Work item: Please work out how many lines in the data below hold the word "more", and state only the number.

Information provided:
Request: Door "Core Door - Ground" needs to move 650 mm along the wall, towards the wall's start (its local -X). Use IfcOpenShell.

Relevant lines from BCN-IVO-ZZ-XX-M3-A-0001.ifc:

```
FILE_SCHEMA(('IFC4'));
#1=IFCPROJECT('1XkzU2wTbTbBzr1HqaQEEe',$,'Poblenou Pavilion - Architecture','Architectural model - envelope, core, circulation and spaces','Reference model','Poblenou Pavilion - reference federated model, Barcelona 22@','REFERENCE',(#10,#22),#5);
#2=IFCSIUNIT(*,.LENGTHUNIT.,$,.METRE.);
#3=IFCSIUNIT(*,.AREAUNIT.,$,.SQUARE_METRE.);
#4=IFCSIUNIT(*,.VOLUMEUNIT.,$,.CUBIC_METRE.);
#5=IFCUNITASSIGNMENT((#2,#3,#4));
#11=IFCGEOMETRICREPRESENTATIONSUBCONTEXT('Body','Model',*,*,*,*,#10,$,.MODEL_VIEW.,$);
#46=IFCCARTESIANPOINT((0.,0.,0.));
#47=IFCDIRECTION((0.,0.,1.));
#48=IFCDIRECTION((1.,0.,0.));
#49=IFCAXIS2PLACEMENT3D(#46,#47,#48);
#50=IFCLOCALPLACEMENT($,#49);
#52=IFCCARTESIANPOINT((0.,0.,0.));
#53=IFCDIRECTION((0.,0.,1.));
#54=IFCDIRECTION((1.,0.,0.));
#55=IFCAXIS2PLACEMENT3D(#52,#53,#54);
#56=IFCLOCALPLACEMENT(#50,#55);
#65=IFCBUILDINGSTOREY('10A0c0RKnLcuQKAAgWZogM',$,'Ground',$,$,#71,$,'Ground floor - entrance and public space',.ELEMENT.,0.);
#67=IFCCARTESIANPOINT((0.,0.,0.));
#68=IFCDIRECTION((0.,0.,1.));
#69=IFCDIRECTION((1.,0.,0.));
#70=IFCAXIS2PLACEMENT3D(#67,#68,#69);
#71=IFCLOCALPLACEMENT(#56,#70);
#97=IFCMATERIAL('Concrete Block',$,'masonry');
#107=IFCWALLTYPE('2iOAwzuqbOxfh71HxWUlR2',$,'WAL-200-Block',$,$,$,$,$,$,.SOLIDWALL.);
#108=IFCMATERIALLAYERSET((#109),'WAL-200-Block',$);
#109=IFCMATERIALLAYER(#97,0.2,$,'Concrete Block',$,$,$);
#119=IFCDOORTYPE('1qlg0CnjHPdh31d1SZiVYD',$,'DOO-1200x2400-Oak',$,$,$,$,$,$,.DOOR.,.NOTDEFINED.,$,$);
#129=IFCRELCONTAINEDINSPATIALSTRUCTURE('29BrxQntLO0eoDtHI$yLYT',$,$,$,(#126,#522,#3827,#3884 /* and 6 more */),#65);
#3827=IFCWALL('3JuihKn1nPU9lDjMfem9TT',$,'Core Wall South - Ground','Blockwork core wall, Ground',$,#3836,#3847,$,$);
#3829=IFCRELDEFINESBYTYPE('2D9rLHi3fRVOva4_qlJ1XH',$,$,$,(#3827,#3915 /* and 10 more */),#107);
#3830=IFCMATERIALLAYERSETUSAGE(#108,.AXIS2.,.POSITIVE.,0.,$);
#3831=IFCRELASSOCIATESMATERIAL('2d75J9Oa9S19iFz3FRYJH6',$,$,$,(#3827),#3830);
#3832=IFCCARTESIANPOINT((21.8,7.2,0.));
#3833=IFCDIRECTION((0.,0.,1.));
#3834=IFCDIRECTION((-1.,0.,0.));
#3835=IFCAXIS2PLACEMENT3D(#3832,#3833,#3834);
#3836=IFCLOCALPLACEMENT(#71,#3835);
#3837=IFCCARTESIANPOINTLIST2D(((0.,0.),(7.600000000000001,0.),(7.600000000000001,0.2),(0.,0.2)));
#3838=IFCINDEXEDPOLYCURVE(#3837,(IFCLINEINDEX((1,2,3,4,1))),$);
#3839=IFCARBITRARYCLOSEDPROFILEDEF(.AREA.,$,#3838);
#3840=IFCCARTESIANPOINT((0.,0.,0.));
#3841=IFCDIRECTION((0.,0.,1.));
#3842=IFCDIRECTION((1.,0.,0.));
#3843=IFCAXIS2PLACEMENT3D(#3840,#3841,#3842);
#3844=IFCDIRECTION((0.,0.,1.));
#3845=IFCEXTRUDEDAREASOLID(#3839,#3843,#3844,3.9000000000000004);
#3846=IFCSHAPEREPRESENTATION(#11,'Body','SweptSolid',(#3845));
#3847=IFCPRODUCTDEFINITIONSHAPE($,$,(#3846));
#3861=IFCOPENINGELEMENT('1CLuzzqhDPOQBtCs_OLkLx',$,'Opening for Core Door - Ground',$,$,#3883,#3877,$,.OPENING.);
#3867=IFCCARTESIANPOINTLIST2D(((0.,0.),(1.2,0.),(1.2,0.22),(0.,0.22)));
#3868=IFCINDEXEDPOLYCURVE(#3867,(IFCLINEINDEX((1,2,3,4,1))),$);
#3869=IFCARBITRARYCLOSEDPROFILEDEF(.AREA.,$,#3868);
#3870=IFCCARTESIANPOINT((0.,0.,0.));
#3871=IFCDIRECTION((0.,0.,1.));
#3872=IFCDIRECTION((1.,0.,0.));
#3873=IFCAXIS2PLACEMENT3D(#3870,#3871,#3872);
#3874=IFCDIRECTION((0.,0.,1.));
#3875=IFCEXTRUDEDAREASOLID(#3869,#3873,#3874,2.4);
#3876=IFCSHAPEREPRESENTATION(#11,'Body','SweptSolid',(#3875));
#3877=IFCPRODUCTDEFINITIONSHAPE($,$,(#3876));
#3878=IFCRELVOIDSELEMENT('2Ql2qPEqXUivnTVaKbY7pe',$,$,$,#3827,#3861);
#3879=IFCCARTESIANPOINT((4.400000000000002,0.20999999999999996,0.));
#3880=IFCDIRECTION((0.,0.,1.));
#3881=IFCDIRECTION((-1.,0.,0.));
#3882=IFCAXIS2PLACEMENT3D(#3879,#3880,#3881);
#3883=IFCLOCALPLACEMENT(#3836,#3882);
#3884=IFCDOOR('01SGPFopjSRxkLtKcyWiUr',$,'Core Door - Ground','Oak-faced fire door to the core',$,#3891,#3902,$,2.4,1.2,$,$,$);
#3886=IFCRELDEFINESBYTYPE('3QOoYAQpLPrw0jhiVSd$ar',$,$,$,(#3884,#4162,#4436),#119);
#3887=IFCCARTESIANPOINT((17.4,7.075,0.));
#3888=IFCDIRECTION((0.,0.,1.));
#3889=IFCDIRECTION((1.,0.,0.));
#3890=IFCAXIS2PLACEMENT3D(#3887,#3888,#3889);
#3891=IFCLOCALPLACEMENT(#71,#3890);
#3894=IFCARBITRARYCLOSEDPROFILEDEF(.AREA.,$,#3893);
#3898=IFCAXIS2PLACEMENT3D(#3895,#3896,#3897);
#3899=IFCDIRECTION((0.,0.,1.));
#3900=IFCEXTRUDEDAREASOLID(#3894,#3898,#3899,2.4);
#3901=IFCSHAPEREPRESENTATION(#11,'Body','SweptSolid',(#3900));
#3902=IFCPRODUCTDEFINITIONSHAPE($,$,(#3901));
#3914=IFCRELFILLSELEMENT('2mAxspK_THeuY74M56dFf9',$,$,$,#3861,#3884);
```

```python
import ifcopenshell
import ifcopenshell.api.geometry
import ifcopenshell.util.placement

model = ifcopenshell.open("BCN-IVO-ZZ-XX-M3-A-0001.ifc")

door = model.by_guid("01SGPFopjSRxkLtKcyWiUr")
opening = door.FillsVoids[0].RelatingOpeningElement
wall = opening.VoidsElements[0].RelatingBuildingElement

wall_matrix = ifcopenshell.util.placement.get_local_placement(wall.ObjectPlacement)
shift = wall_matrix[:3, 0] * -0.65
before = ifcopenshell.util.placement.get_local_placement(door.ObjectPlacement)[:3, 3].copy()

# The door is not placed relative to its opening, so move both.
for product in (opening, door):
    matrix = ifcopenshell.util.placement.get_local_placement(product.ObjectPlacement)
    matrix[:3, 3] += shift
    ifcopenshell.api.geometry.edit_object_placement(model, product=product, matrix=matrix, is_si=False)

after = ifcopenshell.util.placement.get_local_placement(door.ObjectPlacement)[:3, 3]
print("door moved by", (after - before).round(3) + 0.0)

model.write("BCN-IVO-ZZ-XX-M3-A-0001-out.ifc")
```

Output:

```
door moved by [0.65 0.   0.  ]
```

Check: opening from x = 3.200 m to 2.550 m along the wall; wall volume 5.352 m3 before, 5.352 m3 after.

Solution: 2